**SUPPLIED MATERIAL**

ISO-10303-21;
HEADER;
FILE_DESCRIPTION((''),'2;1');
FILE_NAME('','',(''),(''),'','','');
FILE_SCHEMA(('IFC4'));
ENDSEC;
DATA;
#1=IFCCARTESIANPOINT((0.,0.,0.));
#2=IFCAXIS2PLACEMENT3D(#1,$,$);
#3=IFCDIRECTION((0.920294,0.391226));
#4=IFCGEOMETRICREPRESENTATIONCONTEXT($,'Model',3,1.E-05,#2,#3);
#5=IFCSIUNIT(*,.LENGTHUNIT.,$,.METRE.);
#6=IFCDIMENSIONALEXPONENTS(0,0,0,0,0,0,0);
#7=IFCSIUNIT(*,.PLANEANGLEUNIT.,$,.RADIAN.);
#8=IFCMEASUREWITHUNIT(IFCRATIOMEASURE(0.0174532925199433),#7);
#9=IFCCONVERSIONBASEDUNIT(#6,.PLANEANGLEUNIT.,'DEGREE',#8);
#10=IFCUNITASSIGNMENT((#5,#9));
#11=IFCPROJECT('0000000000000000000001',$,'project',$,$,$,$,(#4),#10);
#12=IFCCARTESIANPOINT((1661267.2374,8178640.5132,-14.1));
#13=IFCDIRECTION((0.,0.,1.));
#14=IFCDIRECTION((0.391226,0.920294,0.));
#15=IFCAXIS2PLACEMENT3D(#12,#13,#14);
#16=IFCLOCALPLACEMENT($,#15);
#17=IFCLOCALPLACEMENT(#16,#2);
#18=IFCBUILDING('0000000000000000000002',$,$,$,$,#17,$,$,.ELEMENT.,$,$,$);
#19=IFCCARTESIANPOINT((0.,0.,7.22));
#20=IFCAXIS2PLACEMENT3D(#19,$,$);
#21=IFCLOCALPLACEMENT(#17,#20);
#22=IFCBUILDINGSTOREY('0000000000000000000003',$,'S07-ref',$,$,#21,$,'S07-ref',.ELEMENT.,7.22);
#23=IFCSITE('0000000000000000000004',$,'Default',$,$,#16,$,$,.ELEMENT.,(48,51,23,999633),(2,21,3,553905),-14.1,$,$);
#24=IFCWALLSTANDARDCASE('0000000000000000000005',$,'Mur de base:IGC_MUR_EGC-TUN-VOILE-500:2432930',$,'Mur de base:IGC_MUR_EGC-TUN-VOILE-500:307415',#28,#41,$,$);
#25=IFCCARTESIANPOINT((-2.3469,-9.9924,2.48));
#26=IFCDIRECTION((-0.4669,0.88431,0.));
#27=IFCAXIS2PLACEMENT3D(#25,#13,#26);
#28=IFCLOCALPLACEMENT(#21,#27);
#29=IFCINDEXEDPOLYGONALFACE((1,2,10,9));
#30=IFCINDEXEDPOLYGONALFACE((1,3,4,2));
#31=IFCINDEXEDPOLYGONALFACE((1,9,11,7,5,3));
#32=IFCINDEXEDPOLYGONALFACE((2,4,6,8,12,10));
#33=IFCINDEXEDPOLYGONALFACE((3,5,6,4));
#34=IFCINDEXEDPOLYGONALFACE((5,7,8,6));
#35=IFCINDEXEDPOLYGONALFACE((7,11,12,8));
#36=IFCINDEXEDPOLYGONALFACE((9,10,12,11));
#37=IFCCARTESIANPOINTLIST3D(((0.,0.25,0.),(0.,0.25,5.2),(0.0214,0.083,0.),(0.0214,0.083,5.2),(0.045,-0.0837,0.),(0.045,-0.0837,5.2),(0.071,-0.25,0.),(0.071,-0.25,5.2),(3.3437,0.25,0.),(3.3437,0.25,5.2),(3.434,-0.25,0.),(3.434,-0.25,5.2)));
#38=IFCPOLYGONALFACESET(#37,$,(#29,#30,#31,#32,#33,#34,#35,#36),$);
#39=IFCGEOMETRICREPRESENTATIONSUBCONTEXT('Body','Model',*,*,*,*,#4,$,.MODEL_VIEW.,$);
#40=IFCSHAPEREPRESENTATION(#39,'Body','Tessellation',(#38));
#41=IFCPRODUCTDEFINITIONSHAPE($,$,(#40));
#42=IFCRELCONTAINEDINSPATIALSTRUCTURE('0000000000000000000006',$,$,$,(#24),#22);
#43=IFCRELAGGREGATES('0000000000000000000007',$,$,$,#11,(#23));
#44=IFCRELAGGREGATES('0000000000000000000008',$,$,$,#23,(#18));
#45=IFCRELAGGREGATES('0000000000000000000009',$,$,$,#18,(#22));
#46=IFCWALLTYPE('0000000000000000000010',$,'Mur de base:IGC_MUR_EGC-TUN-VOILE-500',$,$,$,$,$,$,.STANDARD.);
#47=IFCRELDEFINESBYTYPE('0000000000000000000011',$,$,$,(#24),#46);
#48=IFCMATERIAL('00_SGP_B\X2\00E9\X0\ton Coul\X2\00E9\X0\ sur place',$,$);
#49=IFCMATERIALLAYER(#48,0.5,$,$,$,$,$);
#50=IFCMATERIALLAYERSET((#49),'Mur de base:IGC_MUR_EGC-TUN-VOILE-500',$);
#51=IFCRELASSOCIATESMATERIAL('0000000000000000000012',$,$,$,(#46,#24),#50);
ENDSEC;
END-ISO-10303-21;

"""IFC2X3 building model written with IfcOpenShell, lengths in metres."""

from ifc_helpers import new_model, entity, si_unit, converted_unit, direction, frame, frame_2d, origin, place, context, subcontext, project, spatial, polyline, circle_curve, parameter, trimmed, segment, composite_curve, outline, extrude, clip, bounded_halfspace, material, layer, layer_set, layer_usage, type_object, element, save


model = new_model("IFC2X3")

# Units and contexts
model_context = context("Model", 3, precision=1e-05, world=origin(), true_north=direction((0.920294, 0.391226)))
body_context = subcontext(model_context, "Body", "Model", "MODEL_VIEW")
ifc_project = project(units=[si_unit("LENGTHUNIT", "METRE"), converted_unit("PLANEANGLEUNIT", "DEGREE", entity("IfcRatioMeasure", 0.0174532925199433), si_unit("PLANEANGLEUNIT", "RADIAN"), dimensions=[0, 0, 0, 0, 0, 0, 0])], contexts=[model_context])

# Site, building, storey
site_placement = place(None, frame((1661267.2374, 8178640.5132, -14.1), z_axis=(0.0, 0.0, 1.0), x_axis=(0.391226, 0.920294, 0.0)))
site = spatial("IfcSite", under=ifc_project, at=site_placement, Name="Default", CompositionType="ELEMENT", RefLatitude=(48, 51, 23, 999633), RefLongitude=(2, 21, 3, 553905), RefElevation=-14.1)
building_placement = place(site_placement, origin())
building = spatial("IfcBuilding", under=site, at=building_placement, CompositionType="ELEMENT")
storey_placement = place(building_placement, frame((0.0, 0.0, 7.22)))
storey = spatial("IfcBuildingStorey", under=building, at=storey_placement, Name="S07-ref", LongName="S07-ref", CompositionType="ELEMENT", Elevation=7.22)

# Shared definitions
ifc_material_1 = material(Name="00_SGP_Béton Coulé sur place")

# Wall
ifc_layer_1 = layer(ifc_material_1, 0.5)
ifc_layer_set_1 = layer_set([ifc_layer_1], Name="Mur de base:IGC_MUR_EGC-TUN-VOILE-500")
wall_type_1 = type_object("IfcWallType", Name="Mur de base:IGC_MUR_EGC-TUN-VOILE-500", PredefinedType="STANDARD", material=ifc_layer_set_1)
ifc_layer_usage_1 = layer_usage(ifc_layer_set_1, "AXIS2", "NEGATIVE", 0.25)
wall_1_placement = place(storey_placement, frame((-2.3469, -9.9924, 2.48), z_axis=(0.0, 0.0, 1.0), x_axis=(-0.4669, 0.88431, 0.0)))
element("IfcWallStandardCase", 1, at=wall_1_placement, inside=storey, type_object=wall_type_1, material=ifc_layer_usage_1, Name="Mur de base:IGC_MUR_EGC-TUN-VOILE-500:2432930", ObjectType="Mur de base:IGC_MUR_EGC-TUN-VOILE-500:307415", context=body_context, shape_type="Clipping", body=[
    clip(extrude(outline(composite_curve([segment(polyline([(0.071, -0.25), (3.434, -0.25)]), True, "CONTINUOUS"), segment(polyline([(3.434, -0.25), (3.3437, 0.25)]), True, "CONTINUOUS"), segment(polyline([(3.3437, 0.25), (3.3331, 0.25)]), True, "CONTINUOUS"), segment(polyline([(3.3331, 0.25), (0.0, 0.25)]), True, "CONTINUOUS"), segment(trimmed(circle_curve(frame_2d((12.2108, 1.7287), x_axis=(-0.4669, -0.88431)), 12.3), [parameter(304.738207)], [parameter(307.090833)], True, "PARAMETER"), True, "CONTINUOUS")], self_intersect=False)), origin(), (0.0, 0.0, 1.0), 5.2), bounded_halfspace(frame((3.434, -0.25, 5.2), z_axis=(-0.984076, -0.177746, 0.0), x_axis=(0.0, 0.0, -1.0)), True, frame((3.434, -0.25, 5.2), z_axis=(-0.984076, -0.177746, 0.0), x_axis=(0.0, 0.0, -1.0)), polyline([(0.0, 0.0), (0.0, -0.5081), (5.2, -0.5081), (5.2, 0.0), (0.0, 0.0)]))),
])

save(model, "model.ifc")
--
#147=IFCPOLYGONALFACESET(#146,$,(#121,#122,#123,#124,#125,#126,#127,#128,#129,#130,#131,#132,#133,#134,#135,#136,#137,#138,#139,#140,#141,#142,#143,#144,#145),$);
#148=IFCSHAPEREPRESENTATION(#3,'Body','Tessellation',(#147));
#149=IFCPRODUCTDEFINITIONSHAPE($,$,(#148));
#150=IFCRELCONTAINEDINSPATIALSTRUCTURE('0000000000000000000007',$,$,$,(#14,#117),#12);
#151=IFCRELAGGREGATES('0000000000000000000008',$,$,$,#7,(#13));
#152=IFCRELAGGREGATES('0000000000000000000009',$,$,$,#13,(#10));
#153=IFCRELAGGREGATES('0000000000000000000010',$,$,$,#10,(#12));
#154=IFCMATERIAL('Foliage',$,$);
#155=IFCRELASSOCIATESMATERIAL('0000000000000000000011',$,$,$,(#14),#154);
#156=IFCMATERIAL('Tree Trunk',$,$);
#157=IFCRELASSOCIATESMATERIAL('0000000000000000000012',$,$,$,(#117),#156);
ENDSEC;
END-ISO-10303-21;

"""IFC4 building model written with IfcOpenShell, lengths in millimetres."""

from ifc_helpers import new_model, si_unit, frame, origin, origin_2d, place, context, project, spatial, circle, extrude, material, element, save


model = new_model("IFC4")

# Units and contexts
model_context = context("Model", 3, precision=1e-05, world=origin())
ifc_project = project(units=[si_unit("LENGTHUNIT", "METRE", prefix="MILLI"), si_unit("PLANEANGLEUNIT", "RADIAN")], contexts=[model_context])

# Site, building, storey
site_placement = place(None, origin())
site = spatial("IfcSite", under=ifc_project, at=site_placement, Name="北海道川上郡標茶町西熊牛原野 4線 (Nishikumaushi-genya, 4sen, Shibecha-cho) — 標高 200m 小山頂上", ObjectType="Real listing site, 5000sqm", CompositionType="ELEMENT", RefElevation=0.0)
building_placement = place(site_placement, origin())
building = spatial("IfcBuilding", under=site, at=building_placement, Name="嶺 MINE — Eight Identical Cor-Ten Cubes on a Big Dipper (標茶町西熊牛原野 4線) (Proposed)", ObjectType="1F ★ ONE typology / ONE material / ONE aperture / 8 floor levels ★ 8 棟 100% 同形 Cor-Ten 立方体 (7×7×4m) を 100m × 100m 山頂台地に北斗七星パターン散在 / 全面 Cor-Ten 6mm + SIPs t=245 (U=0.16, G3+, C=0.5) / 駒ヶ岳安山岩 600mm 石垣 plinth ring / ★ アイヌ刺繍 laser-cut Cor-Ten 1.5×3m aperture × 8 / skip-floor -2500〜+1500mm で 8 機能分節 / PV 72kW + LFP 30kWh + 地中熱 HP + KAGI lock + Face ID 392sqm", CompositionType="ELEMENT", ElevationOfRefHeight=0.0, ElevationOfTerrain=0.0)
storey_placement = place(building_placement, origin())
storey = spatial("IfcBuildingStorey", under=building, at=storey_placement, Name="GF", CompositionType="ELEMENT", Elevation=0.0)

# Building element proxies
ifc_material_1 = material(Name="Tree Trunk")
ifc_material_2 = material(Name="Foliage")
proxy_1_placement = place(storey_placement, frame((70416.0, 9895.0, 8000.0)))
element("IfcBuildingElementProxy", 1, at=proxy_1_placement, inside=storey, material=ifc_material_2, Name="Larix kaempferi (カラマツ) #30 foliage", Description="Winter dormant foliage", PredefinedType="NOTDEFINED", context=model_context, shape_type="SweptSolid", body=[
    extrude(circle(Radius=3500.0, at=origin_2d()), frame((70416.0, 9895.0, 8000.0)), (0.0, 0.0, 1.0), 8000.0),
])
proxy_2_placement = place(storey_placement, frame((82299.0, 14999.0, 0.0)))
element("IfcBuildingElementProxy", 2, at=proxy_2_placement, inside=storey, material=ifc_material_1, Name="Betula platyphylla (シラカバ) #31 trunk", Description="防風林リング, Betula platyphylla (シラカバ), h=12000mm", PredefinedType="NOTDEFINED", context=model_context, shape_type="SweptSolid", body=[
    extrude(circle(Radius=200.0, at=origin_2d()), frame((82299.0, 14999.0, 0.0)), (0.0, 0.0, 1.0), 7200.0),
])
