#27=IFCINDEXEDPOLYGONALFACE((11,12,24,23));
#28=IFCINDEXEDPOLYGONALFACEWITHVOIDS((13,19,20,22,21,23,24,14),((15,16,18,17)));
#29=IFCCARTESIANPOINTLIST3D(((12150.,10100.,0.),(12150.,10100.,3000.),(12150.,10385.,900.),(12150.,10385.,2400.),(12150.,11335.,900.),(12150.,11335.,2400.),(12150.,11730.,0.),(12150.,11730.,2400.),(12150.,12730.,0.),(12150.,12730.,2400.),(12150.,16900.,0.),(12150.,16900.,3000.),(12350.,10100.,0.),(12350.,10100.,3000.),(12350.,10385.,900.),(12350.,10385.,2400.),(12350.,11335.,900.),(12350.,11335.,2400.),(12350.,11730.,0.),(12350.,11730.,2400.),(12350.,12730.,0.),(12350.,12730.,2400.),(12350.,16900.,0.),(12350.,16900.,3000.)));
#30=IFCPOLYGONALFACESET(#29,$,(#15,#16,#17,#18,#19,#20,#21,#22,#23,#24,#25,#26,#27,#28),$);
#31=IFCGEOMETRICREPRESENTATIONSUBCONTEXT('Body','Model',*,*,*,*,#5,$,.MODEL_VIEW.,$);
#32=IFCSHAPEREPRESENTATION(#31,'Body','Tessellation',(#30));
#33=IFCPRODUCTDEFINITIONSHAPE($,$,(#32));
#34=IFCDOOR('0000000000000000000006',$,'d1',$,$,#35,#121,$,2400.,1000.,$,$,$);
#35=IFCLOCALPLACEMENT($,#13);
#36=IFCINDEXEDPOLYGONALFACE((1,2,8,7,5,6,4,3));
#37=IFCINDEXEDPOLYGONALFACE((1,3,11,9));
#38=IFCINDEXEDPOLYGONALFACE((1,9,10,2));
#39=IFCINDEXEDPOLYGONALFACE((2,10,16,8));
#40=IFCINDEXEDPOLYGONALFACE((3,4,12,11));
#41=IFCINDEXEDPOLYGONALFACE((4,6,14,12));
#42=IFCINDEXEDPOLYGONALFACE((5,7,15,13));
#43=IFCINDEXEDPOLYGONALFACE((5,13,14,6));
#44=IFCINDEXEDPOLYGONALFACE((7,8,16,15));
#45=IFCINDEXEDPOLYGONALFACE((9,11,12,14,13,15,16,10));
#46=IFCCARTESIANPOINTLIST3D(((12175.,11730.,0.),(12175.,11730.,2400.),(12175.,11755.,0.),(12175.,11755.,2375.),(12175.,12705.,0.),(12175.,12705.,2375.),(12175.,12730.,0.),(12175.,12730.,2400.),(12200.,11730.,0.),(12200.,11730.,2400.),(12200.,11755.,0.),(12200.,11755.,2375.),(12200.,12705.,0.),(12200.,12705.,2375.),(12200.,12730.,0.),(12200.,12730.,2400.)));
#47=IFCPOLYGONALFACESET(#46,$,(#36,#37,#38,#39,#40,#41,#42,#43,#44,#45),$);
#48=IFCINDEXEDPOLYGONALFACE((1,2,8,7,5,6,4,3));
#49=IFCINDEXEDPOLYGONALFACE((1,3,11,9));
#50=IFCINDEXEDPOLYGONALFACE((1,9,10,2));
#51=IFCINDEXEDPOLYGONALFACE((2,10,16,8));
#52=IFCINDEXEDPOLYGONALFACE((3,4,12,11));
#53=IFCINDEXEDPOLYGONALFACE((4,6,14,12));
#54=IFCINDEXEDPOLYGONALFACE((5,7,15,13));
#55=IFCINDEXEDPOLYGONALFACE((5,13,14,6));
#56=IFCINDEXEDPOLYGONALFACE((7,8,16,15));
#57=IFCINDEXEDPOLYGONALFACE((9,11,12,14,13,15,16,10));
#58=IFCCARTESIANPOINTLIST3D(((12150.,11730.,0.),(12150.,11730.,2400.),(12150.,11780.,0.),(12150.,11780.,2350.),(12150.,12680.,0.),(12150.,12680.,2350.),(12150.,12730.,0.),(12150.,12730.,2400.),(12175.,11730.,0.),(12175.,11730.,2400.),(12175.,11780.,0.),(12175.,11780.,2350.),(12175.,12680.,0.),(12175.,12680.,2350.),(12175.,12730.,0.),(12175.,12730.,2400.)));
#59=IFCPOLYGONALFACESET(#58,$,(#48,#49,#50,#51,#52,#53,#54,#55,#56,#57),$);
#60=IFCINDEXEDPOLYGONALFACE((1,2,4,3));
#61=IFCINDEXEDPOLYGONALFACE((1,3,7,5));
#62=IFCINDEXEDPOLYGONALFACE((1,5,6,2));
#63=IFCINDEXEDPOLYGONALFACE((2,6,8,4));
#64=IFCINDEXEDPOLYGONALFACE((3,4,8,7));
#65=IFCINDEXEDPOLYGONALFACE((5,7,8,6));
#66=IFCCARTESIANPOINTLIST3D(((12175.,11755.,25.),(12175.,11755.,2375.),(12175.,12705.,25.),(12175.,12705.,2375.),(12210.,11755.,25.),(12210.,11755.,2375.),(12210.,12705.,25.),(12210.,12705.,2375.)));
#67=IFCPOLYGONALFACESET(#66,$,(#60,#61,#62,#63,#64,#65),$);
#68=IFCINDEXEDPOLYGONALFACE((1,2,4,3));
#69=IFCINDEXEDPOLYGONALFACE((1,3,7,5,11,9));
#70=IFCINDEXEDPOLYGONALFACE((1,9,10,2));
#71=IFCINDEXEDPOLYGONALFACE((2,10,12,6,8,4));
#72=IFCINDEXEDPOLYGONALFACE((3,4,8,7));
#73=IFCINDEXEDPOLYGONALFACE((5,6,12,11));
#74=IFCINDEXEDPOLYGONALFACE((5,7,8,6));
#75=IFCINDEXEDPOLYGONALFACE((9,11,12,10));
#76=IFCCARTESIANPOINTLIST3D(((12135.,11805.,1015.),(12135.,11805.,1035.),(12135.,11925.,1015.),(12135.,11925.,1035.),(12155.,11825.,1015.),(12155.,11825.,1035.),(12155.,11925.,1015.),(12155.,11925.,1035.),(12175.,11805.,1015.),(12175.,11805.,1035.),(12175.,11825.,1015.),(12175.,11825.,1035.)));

**TASK BRIEF**
Pull every line with the word "IFCRELAGGREGATES" from the data.

**WRITTEN REPLY**
#43=IFCRELAGGREGATES('0000000000000000000007',$,$,$,#11,(#23));
#44=IFCRELAGGREGATES('0000000000000000000008',$,$,$,#23,(#18));
#45=IFCRELAGGREGATES('0000000000000000000009',$,$,$,#18,(#22));
#151=IFCRELAGGREGATES('0000000000000000000008',$,$,$,#7,(#13));
#152=IFCRELAGGREGATES('0000000000000000000009',$,$,$,#13,(#10));
#153=IFCRELAGGREGATES('0000000000000000000010',$,$,$,#10,(#12));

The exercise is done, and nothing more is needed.